- WORK INSTRUCTION: Report every line below that holds the word "IFCRELAGGREGATES".

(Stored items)
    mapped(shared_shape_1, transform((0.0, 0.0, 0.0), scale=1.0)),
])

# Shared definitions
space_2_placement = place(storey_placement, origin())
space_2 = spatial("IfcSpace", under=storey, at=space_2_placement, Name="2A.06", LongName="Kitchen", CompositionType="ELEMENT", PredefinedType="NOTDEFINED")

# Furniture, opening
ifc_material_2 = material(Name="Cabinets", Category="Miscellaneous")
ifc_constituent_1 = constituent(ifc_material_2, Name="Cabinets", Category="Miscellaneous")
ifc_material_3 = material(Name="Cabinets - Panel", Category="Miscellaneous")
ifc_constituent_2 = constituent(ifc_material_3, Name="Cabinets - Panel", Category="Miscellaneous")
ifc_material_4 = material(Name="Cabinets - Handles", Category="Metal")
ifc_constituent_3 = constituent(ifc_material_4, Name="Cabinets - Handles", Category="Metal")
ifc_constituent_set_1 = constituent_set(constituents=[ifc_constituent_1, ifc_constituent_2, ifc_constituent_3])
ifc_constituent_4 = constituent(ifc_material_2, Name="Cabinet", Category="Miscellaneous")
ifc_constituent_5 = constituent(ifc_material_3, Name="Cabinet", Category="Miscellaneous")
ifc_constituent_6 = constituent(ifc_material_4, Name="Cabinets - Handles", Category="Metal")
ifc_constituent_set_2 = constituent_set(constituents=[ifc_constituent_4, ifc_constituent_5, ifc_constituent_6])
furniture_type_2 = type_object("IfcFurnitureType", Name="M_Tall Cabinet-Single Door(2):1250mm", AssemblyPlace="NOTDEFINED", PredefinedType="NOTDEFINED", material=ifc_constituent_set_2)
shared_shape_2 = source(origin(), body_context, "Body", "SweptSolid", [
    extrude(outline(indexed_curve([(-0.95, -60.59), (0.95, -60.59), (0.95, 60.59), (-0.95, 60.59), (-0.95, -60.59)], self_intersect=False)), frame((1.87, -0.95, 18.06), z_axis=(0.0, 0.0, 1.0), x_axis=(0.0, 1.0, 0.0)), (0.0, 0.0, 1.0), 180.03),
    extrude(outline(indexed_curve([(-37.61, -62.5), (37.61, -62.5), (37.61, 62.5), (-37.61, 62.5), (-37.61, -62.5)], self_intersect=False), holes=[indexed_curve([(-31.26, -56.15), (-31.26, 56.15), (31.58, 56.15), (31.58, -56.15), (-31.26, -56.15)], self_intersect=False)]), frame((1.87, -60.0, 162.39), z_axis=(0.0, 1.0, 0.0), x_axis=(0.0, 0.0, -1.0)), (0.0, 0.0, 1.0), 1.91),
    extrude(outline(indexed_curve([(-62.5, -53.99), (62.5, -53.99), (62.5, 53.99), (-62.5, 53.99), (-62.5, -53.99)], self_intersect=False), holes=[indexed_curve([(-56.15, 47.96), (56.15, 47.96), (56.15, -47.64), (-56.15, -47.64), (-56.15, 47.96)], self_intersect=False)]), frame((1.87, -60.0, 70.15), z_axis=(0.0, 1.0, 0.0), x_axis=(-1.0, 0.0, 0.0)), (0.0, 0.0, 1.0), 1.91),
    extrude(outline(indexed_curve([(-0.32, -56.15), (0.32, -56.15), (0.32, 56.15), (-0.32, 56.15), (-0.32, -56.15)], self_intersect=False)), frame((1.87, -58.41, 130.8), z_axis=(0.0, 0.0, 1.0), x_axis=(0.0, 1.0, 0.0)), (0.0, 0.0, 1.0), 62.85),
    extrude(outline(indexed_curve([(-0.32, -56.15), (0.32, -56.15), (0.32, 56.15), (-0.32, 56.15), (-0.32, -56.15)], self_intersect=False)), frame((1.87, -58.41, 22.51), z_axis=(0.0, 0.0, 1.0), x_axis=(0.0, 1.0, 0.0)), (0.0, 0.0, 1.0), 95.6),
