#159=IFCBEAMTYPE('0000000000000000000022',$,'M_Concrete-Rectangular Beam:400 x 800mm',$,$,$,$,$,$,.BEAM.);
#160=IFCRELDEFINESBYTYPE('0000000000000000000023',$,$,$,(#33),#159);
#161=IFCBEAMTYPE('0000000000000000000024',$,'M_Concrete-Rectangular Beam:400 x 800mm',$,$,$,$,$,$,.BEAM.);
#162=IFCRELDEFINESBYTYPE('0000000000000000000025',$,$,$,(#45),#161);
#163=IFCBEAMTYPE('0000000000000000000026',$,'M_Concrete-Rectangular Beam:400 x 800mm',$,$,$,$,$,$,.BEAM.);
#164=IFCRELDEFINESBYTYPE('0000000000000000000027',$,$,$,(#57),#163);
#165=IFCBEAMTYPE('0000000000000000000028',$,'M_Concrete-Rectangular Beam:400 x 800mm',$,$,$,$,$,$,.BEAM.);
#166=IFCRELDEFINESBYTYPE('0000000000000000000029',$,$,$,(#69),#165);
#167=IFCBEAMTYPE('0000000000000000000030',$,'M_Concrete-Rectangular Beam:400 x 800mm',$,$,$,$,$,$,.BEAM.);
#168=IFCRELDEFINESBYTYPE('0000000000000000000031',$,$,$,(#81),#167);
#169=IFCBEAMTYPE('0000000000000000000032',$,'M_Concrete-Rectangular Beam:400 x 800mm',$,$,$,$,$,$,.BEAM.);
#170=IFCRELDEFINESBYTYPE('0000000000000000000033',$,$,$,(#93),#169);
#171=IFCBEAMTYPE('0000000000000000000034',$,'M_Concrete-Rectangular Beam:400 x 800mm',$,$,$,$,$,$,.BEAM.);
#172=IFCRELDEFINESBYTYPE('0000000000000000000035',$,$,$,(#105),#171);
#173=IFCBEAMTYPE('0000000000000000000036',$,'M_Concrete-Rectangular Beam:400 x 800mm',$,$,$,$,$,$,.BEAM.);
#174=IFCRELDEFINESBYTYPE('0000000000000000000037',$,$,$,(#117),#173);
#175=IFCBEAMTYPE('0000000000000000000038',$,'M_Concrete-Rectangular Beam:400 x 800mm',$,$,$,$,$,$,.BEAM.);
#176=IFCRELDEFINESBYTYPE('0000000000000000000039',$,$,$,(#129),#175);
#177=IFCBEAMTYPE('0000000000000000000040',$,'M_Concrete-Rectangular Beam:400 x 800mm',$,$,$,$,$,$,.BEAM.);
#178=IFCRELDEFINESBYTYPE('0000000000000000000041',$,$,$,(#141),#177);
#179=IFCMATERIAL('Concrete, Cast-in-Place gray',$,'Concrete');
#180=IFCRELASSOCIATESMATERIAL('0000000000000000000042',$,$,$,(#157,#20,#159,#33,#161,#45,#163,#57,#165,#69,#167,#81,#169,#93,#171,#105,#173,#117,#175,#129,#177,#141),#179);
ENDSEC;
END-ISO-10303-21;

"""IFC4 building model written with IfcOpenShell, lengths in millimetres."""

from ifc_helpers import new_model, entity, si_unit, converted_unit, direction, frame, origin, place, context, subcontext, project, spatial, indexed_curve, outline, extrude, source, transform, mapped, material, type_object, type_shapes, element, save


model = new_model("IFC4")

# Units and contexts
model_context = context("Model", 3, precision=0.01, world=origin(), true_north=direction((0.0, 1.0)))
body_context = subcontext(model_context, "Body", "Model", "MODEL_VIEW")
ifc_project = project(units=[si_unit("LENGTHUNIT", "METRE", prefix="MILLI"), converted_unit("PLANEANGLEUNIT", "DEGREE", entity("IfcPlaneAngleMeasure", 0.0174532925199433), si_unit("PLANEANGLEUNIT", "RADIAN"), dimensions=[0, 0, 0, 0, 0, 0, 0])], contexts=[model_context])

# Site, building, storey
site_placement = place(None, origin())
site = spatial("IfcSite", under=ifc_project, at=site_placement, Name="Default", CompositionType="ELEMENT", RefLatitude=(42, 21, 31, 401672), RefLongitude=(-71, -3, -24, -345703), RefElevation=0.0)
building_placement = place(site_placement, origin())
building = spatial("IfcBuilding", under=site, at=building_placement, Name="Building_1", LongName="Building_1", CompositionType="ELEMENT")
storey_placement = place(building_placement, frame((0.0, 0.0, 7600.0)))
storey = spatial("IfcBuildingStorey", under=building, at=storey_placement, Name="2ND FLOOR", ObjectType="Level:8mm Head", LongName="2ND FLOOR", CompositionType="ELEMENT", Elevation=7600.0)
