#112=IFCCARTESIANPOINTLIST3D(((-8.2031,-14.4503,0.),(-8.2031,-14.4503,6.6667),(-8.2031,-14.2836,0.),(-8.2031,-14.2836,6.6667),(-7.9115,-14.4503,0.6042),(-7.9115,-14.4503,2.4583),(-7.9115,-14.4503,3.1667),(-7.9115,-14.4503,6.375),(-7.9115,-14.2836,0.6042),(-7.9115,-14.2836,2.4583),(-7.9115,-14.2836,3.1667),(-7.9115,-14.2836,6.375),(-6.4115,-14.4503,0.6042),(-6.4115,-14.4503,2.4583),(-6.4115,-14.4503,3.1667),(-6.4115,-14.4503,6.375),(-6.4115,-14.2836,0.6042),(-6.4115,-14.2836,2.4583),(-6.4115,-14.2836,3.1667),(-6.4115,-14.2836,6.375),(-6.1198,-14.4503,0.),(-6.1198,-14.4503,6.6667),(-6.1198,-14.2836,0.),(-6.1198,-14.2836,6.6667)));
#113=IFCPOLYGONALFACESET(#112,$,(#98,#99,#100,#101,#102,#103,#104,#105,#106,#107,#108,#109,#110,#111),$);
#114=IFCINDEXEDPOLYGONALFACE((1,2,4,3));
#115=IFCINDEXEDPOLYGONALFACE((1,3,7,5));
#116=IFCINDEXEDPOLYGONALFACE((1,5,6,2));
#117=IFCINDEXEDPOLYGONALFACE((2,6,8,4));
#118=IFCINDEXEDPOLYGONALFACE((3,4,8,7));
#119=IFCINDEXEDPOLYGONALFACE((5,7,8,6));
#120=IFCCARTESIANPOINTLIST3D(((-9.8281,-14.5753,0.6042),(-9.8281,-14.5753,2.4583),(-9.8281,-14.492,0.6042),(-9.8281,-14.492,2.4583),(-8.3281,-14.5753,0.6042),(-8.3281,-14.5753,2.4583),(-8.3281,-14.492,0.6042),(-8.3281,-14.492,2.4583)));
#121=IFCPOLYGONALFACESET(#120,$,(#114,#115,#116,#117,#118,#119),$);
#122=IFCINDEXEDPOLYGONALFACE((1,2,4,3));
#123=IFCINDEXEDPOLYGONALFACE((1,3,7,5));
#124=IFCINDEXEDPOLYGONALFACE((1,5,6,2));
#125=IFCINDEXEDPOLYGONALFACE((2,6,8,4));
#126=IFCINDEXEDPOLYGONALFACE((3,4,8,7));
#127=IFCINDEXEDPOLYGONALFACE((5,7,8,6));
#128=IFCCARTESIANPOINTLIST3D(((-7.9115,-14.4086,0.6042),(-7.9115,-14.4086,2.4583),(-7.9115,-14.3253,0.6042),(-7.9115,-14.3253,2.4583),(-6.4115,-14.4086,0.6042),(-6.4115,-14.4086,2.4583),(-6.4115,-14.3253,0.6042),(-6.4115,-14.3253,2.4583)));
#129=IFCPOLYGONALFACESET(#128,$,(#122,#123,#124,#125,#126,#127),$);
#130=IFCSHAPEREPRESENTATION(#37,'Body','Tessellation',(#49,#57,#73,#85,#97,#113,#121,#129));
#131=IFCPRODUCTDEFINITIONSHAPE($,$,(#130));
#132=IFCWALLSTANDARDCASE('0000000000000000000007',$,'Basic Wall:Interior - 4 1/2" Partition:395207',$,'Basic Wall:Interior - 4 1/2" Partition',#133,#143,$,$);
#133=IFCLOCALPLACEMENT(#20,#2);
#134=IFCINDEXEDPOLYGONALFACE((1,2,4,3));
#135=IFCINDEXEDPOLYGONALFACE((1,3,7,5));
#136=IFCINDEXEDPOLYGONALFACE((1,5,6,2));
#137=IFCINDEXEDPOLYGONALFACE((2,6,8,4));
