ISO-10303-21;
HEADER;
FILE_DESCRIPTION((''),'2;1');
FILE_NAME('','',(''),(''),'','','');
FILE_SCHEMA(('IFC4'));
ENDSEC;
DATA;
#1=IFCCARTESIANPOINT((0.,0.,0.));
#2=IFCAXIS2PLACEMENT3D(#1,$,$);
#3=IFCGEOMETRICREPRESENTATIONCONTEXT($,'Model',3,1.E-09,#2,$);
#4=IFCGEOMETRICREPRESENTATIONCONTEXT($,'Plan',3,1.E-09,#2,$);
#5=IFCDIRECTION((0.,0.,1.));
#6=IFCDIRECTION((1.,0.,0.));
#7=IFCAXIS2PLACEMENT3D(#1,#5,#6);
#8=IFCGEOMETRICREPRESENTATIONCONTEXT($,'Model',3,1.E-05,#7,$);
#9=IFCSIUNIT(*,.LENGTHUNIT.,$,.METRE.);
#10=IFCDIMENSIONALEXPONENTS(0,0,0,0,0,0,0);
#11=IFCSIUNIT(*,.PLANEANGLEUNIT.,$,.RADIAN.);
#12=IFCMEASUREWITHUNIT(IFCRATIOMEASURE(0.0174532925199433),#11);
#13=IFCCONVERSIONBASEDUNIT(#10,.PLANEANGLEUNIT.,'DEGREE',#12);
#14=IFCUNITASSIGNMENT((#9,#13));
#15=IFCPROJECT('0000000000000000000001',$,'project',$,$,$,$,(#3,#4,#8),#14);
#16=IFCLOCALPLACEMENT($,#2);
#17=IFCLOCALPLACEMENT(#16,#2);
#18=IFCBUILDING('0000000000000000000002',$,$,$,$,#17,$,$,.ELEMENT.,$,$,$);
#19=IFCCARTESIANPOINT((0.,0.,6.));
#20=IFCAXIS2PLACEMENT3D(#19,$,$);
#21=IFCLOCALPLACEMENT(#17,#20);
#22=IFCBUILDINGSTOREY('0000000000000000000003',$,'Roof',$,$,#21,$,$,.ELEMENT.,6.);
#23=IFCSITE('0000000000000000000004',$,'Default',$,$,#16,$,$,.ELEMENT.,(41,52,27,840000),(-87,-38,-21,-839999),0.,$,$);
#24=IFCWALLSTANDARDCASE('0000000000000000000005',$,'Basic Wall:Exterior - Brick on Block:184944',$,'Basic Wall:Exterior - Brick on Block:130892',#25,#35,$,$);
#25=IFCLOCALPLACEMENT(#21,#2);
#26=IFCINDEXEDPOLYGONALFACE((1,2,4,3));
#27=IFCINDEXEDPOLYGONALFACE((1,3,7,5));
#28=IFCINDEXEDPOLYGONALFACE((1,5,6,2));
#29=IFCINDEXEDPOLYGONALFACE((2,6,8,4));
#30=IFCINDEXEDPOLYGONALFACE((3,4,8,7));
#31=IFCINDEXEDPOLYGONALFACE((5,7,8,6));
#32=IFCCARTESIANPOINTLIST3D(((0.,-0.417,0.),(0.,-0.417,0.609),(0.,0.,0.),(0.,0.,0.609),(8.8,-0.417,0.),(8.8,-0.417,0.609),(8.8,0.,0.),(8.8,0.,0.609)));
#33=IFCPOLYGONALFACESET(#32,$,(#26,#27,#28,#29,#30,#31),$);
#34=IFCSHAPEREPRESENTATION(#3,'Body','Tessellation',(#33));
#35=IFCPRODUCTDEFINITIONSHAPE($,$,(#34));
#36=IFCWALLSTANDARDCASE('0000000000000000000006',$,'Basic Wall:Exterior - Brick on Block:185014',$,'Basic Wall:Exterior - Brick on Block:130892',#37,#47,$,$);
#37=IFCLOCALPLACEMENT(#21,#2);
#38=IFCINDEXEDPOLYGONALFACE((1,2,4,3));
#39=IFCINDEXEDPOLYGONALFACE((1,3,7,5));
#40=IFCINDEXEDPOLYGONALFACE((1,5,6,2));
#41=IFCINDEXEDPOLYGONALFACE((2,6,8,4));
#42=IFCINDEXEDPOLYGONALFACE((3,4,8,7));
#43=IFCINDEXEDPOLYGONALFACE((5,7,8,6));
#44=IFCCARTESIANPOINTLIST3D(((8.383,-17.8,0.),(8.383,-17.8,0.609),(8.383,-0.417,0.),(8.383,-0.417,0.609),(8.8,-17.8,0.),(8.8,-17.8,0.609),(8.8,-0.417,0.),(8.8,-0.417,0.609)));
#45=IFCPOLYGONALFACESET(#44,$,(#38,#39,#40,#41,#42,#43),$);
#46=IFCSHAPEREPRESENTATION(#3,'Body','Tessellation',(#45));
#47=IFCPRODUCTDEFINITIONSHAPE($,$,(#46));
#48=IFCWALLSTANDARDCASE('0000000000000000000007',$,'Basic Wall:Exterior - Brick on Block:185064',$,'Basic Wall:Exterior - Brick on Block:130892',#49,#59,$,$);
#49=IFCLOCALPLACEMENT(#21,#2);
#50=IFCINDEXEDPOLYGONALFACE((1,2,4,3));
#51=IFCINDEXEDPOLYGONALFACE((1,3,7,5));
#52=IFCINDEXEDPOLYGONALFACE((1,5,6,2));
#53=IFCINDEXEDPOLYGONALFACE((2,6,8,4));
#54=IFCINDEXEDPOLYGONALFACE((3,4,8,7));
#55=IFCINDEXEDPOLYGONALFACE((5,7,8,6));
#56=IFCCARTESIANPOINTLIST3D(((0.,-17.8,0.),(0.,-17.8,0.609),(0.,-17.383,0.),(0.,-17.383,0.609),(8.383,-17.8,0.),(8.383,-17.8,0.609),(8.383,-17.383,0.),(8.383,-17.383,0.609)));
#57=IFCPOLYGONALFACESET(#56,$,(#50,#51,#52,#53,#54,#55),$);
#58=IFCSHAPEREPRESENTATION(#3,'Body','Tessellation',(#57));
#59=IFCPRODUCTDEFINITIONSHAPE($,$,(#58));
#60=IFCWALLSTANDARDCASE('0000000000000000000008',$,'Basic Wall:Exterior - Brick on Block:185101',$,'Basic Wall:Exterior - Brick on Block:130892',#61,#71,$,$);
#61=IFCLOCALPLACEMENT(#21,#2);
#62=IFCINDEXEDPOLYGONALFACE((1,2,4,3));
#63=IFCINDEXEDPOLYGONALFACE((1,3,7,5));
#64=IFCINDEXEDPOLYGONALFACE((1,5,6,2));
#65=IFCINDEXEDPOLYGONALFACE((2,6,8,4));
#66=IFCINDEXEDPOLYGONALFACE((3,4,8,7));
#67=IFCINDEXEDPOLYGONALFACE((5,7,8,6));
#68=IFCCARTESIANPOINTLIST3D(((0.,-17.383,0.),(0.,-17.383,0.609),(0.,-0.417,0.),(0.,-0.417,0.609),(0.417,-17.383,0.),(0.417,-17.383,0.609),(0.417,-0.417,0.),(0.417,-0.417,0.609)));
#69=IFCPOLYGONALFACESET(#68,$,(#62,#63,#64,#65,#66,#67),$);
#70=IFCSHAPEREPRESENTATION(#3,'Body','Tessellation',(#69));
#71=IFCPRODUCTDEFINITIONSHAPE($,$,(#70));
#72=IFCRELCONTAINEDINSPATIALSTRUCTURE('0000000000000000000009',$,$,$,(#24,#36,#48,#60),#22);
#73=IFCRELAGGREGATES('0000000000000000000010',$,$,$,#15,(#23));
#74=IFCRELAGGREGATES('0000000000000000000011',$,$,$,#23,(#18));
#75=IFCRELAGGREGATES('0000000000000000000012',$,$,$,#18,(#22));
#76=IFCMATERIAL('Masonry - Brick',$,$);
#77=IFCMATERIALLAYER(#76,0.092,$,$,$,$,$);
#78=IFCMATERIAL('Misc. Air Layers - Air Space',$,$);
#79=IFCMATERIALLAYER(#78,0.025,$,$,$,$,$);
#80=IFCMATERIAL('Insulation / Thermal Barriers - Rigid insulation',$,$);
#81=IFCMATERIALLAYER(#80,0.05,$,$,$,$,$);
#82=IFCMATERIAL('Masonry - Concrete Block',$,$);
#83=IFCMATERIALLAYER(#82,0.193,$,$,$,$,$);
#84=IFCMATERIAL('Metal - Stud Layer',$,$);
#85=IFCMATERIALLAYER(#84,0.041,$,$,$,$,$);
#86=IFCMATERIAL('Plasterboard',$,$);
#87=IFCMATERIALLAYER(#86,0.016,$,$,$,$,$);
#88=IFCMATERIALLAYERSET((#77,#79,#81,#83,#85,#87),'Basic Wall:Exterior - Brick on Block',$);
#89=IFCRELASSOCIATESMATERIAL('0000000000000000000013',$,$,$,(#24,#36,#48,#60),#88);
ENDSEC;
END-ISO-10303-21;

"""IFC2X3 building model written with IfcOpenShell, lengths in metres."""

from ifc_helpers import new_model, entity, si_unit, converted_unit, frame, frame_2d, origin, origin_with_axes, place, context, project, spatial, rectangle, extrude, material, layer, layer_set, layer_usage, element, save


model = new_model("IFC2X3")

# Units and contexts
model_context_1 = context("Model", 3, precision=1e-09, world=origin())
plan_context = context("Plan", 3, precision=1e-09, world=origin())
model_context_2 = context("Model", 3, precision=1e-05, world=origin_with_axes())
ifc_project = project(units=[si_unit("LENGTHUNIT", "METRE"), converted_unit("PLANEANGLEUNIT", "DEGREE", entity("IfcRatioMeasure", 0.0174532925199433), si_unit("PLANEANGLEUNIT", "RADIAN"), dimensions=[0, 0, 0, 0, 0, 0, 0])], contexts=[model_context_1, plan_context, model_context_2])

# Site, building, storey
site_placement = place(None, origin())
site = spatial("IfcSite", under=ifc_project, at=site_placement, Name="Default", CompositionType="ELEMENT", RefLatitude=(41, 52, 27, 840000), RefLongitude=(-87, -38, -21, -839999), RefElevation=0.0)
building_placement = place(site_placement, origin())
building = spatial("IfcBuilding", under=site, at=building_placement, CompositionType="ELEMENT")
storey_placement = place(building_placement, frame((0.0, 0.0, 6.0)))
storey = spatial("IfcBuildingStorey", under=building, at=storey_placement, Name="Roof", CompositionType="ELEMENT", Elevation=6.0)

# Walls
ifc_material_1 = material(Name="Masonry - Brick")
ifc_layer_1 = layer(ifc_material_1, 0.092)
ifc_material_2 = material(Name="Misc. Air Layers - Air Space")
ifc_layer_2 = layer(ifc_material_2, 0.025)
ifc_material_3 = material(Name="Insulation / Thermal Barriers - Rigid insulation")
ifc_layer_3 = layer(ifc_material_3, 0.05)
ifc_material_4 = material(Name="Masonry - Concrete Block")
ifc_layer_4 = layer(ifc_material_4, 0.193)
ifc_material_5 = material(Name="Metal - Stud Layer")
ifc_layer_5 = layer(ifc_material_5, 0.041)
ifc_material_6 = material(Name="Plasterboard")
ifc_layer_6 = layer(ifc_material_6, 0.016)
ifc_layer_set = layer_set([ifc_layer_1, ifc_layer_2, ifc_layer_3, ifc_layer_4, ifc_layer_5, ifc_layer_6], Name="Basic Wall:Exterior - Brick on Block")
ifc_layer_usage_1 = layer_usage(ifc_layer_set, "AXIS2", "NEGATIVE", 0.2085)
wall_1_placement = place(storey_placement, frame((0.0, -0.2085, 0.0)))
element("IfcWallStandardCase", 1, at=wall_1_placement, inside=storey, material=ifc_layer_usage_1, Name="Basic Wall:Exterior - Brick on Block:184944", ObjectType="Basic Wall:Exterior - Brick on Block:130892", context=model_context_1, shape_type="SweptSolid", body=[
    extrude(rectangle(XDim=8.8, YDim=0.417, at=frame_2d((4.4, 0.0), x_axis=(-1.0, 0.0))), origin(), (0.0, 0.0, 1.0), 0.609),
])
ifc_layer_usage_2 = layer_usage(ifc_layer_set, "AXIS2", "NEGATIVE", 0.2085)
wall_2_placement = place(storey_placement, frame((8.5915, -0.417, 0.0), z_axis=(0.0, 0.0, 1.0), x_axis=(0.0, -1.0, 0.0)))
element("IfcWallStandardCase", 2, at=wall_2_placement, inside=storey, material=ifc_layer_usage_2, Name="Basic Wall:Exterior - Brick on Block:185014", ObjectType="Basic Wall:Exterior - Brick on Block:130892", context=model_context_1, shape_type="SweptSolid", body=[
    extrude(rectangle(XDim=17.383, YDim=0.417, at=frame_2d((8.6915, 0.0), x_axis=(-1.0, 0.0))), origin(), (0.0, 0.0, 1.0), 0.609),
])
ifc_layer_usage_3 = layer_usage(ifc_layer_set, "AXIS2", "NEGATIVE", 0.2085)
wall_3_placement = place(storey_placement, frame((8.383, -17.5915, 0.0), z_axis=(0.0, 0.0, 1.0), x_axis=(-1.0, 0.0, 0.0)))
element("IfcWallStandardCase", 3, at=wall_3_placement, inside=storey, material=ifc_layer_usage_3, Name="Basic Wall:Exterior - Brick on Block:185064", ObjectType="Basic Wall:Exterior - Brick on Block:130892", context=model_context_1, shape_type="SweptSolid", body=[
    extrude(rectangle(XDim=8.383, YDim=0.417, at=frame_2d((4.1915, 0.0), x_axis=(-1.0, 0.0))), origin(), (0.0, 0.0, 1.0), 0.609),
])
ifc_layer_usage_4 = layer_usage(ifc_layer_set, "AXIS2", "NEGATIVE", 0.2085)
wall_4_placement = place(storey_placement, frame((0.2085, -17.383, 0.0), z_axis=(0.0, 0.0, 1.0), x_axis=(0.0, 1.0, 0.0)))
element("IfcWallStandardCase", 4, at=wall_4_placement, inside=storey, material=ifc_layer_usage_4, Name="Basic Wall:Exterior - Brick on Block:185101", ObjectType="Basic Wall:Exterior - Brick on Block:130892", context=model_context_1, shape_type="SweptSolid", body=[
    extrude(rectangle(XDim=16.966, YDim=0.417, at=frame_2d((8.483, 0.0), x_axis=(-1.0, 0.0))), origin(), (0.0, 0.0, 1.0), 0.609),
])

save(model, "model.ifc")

- EXERCISE RESULT:
#73=IFCRELAGGREGATES('0000000000000000000010',$,$,$,#15,(#23));
#74=IFCRELAGGREGATES('0000000000000000000011',$,$,$,#23,(#18));
#75=IFCRELAGGREGATES('0000000000000000000012',$,$,$,#18,(#22));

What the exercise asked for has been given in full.